Like Clay, I love email.  Use it incessantly.  Can't imagine how I ever lived without it.  Can't see myself ever using older (telephone) or newer (IM, collaboration software, RSS feeds) mechanisms with the same enthusiasm. 

On the other hand, like Ray Ozzie, I've seen for some time that email won't scale the way it increasingly needs to.  I wrote an issue of Release 1.0 two years ago describing collaborative bottom-up knowledge management solutions (including Groove) optimized for some of the business functions that email handles badly.  I wrote an article for Slate a year ago saying that spam and worms would kill off the open email we know and love.  And I realized in August that the SoBig worm might be the beginning of the end.

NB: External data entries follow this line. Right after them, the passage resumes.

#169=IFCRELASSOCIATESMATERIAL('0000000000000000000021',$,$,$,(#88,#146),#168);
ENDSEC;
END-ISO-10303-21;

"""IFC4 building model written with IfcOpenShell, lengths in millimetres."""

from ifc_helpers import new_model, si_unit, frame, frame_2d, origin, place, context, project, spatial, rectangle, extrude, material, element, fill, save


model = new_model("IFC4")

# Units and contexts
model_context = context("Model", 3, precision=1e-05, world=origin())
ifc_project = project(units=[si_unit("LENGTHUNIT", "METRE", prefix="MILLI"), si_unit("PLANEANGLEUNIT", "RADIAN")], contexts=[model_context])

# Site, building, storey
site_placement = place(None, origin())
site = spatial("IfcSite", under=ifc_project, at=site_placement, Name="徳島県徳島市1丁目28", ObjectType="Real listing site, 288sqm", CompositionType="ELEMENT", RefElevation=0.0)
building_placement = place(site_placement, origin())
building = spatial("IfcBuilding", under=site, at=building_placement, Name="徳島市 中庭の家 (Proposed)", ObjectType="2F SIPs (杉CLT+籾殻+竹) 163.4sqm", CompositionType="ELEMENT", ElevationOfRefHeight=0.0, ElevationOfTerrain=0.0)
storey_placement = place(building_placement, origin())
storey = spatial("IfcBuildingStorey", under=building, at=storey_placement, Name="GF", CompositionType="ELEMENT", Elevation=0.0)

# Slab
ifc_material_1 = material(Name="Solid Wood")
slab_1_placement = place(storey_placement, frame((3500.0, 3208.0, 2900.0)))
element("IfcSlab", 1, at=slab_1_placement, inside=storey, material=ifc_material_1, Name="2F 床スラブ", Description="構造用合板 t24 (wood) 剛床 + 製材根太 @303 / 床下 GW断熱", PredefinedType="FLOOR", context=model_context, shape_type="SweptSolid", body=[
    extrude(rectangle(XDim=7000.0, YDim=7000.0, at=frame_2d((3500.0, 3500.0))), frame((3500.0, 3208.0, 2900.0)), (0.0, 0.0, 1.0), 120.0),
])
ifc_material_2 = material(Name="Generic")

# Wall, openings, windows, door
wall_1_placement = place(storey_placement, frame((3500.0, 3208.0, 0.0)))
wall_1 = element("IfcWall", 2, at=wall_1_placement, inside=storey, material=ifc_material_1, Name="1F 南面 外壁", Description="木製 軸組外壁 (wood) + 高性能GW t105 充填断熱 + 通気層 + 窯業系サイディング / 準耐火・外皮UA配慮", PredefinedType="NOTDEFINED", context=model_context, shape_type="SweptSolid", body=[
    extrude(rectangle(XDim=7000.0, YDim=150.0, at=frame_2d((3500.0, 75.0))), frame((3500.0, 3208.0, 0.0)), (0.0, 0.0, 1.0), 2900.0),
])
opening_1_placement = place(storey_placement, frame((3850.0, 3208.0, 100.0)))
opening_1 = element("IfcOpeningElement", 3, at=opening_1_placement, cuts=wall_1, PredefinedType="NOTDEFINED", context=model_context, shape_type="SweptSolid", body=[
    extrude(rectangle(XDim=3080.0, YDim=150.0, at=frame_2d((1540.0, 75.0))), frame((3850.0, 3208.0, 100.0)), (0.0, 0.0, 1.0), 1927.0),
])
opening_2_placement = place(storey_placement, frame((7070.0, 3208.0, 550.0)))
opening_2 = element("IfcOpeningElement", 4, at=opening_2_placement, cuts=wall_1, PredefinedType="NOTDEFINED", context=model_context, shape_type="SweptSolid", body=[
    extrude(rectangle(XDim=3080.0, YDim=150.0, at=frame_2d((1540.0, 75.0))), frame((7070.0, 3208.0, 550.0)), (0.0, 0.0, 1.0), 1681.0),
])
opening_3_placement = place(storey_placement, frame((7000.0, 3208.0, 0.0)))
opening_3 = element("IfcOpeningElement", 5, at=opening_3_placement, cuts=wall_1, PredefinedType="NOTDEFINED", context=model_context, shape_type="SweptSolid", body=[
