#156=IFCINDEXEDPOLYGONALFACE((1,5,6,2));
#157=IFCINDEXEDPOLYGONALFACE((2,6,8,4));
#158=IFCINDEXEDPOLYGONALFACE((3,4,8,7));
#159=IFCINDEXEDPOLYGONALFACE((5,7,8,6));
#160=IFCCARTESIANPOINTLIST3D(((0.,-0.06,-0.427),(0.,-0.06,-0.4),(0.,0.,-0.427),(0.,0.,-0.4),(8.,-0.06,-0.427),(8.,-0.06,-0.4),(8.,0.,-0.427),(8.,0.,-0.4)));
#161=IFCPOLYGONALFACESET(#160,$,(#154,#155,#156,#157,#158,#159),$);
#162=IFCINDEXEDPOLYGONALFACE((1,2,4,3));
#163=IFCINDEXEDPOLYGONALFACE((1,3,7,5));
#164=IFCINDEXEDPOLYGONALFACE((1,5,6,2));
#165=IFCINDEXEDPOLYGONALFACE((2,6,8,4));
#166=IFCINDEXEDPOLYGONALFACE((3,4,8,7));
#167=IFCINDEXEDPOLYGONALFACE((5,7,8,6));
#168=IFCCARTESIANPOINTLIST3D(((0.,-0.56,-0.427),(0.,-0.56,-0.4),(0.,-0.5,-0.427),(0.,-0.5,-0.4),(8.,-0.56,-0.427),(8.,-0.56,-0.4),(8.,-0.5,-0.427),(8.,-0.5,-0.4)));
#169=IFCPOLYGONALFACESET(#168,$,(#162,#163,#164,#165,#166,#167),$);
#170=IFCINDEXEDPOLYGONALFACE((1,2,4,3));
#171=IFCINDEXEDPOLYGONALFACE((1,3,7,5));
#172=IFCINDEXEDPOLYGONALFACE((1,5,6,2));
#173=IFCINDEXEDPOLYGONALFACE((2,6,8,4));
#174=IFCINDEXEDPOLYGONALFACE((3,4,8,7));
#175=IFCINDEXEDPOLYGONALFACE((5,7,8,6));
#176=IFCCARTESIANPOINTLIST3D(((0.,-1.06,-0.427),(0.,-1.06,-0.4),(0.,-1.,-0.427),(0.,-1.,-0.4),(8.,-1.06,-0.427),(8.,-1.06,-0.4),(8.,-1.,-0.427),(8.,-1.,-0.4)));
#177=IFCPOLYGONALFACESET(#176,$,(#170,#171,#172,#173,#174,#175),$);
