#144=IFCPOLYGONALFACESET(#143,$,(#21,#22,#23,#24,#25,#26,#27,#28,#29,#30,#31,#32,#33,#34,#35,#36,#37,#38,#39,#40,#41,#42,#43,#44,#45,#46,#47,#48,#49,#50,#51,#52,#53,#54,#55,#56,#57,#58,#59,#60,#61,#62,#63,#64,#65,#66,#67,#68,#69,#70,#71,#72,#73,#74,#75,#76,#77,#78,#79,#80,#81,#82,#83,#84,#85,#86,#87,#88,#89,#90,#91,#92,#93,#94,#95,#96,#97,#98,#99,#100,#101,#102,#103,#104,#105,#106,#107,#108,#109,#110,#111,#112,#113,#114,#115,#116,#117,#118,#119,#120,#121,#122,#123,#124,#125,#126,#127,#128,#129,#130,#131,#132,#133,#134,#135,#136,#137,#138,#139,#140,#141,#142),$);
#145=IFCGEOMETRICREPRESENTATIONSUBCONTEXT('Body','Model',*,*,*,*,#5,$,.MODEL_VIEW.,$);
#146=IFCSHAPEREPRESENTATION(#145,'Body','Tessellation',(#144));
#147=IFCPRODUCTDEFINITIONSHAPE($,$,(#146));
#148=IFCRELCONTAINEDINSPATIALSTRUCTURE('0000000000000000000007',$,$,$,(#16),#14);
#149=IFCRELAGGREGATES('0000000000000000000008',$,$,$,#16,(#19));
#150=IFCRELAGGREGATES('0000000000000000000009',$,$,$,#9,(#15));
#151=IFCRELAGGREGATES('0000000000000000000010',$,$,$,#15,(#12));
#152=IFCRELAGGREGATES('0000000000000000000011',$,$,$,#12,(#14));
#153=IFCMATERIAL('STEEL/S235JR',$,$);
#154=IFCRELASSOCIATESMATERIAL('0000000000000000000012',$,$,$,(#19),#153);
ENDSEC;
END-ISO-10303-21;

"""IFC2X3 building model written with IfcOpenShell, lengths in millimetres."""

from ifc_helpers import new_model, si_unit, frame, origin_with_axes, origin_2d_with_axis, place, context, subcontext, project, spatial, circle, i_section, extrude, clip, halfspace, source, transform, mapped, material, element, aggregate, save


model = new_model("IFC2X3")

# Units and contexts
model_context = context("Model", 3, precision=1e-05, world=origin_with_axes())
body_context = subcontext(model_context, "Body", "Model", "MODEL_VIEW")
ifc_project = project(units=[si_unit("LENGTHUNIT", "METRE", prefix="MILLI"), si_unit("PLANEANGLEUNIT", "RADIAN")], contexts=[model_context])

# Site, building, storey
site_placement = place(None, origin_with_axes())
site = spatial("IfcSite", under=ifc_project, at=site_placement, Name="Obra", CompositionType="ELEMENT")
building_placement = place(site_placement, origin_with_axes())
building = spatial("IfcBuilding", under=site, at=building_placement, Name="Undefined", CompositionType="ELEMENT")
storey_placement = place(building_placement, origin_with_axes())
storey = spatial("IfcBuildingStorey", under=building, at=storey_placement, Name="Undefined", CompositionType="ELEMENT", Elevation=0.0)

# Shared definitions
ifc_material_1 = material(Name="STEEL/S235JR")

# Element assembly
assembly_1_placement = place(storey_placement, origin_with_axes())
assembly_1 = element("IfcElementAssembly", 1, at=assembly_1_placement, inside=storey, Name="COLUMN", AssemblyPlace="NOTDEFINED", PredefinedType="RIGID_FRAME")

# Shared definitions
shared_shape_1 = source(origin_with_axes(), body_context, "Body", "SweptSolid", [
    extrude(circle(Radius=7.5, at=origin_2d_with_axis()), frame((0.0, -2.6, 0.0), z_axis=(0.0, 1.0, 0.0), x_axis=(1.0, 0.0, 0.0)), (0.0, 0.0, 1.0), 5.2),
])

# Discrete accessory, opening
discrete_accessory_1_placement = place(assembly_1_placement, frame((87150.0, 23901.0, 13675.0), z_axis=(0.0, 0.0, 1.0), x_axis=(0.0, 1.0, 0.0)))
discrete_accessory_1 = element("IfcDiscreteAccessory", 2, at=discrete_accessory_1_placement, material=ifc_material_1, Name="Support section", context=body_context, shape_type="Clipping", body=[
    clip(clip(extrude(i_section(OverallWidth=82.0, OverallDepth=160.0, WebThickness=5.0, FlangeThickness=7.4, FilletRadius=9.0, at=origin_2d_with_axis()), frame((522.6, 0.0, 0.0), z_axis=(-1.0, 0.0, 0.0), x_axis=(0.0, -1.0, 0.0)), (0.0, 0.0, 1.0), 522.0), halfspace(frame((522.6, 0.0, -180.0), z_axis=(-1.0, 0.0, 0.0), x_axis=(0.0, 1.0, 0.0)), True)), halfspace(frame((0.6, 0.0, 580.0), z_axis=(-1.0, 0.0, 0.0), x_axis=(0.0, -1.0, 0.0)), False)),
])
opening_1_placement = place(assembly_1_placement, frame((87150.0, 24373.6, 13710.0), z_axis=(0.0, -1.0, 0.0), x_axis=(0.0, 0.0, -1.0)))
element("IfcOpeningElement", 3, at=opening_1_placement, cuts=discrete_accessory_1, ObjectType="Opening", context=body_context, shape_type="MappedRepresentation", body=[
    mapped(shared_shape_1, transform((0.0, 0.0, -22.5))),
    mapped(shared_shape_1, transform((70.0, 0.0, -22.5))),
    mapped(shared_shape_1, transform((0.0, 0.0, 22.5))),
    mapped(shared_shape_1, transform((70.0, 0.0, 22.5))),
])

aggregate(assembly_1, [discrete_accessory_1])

And yet, and yet.  I can't bring myself to be a pessimist.  When my friends like Clay and Larry Lessig point out how the glorious openness of the Net is being snuffed out, I can't find any holes in their arguments.  I reject the congenital optimism of people like George Gilder who think technology will solve all our problems (as long as government gets out of the way).  I just keep coming back to the pragmatic conviction that we will muddle through.  The question is how much time and money and effort will be wasted along the way.

What gives me cause for hope, if you can call it that, is the power of pervasive internetworking.  GM and Goodyear can't buy up and tear out the Net like they did the LA trolley system, because the Net is everywhere.  The content industries can delay the arrival of digital distribution and make a mess of things with poorly-considered digital rights management schemes... but not forever.  Verisign can break the domain name system for its financial gain... but it won't end universal IP connectivity, and that will ultimately make it irrelevant if it abuses its position of trust. 

Email will lose its glorious universality.  We won't expect that anyone can send anything to anyone else.  But email won't necessarily go the way of Usenet.  Usenet was a subculture; email isn't.  For all the spammers and free-riders, there are more people and organizations that, often for their own selfish reasons, want email to survive.

Have we passed the high-water mark of openness?  Probably. But the graph needn't look like a Bell Curve.  We can still have an Internet that is the most open, dynamic communications medium in the world.  And if we fight for them, there are other opportunities for true openness on the horizon, like unlicensed wireless.  What's other choice do we have?
[Werblog]
3:57:25 PM    comment   

An open spectrum vision. The always-brilliant Peter Cochrane on the future of mobile networks.  He sees unlicensed, extremely high frequency picocells succeeding where 3G networks are failing.
[Werblog]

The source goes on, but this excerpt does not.